Your instructions:
Pick every line from the data that holds the word "IFCEXTRUDEDAREASOLID".

Data to use:
########

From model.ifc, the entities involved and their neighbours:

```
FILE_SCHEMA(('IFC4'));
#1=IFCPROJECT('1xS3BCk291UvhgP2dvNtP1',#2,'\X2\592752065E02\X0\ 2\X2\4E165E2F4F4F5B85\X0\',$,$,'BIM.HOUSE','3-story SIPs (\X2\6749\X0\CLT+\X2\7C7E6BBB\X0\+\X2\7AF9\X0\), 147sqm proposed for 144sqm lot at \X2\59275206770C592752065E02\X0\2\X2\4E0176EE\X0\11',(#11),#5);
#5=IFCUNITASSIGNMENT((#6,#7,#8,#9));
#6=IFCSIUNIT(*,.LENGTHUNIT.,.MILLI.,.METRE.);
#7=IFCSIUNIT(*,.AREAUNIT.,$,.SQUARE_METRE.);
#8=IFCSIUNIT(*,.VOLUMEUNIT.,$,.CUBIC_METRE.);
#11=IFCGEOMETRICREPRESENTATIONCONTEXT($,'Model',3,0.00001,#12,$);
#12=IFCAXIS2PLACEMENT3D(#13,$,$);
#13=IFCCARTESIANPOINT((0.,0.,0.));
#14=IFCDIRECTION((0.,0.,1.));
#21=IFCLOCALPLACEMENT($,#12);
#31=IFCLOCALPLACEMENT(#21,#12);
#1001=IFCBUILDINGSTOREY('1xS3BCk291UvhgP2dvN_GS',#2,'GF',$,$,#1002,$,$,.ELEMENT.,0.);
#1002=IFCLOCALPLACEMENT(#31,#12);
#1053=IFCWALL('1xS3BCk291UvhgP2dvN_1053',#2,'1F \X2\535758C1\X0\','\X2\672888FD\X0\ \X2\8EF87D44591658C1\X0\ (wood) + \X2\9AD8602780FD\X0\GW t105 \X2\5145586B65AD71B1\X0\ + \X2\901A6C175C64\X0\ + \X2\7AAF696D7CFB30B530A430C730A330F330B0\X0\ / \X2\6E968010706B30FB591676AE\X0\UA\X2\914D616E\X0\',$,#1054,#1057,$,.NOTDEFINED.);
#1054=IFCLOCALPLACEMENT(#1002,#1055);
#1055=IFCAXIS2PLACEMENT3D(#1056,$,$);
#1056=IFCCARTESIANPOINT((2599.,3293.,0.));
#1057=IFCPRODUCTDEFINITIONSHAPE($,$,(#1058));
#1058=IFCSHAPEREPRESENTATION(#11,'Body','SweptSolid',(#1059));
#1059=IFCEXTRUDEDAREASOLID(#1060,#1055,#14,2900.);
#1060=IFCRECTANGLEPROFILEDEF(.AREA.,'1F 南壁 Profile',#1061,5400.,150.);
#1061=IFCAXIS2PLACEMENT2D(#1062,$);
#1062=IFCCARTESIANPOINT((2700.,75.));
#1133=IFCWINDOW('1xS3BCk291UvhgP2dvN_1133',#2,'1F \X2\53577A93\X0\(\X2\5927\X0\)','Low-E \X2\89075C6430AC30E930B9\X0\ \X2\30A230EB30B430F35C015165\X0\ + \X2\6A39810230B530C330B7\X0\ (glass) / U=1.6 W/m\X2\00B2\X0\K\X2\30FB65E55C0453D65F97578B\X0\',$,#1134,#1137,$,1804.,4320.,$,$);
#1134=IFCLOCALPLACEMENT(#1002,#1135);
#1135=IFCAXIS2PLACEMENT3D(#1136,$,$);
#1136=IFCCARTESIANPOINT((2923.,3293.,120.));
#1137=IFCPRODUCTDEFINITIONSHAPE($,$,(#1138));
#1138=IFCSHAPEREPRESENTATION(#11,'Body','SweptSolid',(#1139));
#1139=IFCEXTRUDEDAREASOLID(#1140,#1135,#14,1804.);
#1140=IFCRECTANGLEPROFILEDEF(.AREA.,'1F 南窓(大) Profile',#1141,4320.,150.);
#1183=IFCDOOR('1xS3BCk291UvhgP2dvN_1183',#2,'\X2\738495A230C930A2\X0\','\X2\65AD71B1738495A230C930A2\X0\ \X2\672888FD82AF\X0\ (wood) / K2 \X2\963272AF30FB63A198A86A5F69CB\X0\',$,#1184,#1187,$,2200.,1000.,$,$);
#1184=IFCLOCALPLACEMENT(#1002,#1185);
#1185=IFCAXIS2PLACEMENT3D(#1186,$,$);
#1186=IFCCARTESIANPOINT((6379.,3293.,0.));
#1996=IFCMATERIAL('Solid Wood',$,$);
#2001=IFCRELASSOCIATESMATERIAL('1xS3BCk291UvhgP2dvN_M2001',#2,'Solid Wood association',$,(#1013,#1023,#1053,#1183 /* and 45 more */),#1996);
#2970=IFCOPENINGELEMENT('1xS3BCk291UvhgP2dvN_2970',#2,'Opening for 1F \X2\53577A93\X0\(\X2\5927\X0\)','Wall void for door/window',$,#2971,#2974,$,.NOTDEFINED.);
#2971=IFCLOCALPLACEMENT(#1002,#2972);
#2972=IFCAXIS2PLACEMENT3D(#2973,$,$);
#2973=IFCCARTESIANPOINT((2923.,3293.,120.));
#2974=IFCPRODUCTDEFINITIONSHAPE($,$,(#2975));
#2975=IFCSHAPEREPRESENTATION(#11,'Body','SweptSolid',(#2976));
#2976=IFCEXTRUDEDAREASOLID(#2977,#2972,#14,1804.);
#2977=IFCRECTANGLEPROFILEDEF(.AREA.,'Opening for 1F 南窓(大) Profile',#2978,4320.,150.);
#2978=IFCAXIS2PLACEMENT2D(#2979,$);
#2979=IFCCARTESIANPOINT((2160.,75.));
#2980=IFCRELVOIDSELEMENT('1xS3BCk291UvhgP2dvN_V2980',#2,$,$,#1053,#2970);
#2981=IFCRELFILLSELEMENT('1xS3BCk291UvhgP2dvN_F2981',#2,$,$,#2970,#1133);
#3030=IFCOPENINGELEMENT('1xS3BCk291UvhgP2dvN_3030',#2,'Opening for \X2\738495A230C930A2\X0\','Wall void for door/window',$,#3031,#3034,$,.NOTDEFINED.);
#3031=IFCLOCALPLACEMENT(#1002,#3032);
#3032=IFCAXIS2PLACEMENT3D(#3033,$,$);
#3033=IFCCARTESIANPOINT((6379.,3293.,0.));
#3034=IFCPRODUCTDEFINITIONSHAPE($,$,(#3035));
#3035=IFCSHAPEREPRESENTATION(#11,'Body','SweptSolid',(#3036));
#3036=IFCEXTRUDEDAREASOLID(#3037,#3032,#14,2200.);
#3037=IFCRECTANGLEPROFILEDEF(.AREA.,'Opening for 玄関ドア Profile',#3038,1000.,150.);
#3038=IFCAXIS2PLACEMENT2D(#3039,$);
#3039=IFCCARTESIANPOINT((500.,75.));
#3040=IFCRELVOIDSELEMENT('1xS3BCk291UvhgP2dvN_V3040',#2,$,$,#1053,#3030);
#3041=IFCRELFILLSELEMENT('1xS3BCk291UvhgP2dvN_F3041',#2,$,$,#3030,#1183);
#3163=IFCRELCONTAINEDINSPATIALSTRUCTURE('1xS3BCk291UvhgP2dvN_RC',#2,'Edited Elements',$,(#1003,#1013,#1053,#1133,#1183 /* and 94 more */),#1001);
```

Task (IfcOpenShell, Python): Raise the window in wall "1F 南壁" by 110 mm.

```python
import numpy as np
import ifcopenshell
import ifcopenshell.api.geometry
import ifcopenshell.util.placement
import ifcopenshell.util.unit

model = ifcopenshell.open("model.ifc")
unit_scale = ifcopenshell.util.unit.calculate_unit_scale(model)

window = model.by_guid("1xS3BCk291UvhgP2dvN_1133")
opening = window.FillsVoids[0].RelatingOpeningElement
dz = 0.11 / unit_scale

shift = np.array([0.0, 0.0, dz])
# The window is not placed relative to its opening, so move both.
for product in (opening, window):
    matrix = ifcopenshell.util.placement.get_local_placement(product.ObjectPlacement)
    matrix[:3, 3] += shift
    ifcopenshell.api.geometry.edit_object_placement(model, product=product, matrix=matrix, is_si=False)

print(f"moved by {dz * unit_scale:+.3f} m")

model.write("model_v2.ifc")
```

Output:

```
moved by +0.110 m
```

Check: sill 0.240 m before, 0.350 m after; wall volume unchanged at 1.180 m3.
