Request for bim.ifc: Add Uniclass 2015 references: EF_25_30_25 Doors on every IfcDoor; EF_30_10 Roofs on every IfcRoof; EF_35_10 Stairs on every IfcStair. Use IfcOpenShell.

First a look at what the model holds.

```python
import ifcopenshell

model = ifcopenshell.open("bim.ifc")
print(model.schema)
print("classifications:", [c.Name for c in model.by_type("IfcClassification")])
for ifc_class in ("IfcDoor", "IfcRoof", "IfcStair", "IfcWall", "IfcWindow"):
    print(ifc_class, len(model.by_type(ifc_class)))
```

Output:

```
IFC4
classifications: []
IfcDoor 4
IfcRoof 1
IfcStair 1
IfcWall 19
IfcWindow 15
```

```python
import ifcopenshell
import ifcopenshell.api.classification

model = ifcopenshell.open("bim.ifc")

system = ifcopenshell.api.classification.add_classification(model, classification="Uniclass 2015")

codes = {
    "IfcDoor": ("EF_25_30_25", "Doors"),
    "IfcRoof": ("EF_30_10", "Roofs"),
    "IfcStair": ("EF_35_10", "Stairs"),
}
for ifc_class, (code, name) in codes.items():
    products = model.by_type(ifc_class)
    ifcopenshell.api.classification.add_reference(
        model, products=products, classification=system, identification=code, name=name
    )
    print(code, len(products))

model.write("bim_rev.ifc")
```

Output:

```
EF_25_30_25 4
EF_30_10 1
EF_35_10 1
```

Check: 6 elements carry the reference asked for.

########

Exercise answer:
#1059=IFCEXTRUDEDAREASOLID(#1060,#1055,#14,2900.);
#1139=IFCEXTRUDEDAREASOLID(#1140,#1135,#14,1804.);
#2976=IFCEXTRUDEDAREASOLID(#2977,#2972,#14,1804.);
#3036=IFCEXTRUDEDAREASOLID(#3037,#3032,#14,2200.);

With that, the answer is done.